Using Vault to Manage Your App’s Secrets

Vault is a new tool for managing and encrypting your app’s secrets. It can be used to keep everything from your API tokens, to your database passwords, safe and secure. Historically, secret management has been a very involved process, and it was far too easy to inadvertently introduce security issues. Vault is here to make this process simpler. Here are eight reasons why Vault is worth considering for your next project.

1. It’s Stack Agnostic

Storing secrets has long been a platform-specific affair, with little carry over between technology stacks. You might use secrets.yml for your Rails projects, but that doesn’t help you with your Node projects. More often then not, though, developers end up rolling their own ad hoc solutions for managing secrets. Vault can be used across all technologies in your stack, and prevents you from having to constantly reinvent the wheel.

2. It’s by the Brains at Hashicorp

Hashicorp has been providing amazing open source tools for some time now. Packer, Serf, Consul, Terraform, and the very popular Vagrant, are all impressive tools. Granted, a history of great products doesn’t guarantee all future products, but there is definitely every reason to believe in Vault, given Hashicorp’s prior successes.

3. Environment Variables can be Painful

Storing your configuration outside of your code is one of the pillars of a 12 factor app. The gold standard for this has been environment variables. While a workable solution, they do have some baggage that comes along with them. One is that, while it’s fairly manageable to control which environment variables are exported in a given environment, it is harder to guarantee the absence of other variables. Another issue is the global nature of environment variables can make them somewhat unpredictable. Vault lessens your dependency on environment variables by allowing you to store such configuration data in their key value system instead.

4. It’s Battle-Tested

While it’s new to the outside world, Vault has been running at production scale over at Hashicorp for sometime now. The source code for Vault is readily available for inspection over at Github, and it can be verified that Vault has some strong test coverage. This isn’t some hacked together weekend project.

5. It Makes a Lot of Sense With a Microservices Architecture

Vault meshes very nicely with microservice-based architectures. I’ve made a few projects with Vault, and having all my components talk to one service that handles credentials — and handles only credentials — made a lot of sense. In microservice-based architecture, you’ll have a service for your mailing, for your front-end, for order processing, etc … so why not have one service that handles all of your secrets? All of your other services can get their credentials through Vault’s REST API, and you won’t have to encode secrets into any other of your services. This is a pretty big win.

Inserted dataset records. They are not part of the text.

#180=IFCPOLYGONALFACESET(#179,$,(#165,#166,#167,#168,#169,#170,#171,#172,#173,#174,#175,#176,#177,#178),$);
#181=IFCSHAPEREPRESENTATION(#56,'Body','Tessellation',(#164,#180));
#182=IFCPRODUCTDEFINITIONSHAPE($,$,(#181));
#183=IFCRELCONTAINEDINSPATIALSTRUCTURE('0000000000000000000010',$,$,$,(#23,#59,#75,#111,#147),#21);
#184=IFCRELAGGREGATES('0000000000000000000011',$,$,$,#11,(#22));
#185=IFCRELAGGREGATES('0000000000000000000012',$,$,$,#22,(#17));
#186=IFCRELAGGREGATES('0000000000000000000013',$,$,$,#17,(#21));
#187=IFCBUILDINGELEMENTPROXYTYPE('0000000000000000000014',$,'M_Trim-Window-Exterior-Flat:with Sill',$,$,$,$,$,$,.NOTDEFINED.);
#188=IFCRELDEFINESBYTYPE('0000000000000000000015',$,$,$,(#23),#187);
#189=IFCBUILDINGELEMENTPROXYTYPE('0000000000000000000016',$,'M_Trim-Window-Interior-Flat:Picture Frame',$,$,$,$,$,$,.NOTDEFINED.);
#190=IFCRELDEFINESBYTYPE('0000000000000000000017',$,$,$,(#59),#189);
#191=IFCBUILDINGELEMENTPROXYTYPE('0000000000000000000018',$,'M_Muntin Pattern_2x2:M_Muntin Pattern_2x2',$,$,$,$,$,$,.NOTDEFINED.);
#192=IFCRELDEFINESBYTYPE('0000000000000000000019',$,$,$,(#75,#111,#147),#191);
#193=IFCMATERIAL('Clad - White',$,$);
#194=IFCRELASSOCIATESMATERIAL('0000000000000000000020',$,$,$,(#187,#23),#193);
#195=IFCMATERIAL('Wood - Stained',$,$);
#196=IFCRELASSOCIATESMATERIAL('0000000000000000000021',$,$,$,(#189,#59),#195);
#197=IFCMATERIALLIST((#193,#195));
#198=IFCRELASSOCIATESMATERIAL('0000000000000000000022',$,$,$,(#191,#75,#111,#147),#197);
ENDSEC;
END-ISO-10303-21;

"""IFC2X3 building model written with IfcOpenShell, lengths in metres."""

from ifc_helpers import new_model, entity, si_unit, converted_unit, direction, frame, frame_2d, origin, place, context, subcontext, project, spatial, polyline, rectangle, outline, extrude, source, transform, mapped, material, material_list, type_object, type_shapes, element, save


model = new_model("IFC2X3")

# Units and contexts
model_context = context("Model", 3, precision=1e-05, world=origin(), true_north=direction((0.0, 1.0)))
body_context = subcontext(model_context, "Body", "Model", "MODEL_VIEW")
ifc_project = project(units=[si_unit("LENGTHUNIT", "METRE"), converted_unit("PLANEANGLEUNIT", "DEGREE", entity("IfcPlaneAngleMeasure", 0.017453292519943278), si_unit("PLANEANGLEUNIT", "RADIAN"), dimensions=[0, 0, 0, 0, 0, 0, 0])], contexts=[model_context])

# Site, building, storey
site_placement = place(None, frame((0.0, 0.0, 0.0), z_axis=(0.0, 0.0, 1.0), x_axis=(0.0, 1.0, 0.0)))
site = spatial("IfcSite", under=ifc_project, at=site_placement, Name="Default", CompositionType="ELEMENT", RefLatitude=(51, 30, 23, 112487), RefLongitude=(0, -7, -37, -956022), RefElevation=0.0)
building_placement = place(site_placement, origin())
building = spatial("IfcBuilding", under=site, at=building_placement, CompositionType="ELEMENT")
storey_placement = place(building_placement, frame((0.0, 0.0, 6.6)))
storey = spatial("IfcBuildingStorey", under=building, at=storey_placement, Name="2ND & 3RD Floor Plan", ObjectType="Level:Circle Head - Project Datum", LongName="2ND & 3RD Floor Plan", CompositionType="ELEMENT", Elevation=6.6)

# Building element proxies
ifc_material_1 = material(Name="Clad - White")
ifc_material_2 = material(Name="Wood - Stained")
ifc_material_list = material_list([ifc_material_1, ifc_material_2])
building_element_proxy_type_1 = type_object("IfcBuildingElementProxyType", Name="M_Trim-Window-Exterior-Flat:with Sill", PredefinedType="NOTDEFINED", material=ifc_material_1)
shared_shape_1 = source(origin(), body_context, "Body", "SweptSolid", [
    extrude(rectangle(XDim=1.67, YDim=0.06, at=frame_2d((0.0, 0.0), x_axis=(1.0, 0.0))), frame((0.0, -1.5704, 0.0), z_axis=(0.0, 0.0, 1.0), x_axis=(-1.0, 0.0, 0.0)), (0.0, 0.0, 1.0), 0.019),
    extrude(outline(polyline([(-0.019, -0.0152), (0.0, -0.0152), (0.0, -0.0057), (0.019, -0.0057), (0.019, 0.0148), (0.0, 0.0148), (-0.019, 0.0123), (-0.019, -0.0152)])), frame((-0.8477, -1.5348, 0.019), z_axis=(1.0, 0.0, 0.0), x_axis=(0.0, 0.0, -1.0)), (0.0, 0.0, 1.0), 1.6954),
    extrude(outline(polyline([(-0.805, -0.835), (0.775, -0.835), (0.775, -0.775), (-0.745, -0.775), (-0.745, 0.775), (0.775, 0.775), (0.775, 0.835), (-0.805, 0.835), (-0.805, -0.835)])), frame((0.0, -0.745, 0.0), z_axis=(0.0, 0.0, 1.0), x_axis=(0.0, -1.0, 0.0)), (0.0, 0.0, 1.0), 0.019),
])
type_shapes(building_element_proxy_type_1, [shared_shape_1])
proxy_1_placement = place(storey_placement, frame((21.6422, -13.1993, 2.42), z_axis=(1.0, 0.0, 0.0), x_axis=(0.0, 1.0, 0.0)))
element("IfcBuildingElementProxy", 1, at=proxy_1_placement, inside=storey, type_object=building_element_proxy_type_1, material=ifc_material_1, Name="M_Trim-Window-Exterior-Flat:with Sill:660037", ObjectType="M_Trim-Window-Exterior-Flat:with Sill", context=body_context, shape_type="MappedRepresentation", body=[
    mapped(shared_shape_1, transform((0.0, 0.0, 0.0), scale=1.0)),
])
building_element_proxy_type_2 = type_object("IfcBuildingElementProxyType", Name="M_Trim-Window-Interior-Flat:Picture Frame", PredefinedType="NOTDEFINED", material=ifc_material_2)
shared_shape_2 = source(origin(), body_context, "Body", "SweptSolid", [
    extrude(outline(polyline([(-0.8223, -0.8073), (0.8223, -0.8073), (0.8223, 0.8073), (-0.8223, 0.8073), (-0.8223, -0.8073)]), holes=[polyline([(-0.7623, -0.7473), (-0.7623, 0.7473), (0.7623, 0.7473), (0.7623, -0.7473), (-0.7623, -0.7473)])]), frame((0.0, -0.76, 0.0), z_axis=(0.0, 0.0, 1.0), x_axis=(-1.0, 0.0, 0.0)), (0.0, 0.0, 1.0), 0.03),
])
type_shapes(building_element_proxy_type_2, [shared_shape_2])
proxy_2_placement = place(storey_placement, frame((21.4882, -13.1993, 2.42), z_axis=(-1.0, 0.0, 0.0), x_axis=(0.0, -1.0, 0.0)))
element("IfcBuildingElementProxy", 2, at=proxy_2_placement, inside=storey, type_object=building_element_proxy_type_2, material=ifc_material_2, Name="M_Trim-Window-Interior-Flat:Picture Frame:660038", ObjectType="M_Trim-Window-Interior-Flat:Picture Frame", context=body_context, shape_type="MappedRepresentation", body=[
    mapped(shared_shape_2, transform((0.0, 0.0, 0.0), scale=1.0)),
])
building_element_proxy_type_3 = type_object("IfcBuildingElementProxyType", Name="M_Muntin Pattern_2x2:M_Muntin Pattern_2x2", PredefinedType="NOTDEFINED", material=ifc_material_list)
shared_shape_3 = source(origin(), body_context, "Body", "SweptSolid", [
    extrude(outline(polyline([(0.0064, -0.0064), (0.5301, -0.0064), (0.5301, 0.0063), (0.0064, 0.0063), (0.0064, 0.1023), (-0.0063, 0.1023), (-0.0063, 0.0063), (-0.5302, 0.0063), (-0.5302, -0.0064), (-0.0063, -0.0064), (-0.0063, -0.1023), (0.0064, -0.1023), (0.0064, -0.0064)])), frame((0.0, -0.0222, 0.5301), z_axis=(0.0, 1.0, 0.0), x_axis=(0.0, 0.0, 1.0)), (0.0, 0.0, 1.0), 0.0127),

6. Dynamically Generated Credentials

It’s a common practice to issue credentials on a per user basis, instead of sharing one set of credentials across all users. The logical next step is to issue credentials on a per transaction basis. These dynamically created credentials can be revoked immediately after completing your transaction. This provides an even greater promise that your credentials won’t be compromised, and provides even further damage mitigation in the unlikely event of a breach.

7. Clean API

Vault is very well thought out; it hits that rare combination of being simple to use and understand, without limiting its power or use cases. In my experience, it doesn’t take long to go through the docs/tutorials, and quickly start feeling like a Vault power user.

Caveats

While all the above is great — as is typically the case with software — certain tradeoffs were made in Vault’s design, and there are some limitations. While there are many benefits to being able to run Vault as a service, this does lead to increased infrastructure costs, and the associated pains of managing that infrastructure. Additionally, not all of Vault’s benefits are available for all use cases. For example, dynamically generated secrets can only integrate with a limited number of other services. Also, Keywhiz by Square is another big player in this area that is worthy of attention. The biggest fundamental difference between Vault and Keywhiz, is that while Vault exposes secrets over an API, Keywhiz uses a FUSE filesystem. Vault wrote a nice and fairly objective writeup on the comparison. Lastly, if you are working with Chef or a related tool, it’s probably easier initially to use their integrated solution than it is to wire it up to Vault.
Revolutionary new technology is often revered with with a combination of awe and trepidation. While it makes sense to be cautious about adding new things to your tech stack, vault has a very compelling use case in an underserved area of computing. Give it a go for your next project; however, there’s a good chance you’ll be tempted to migrate all of your projects over to vault later. For those who are interested, be sure to checkout the official Vault tutorial.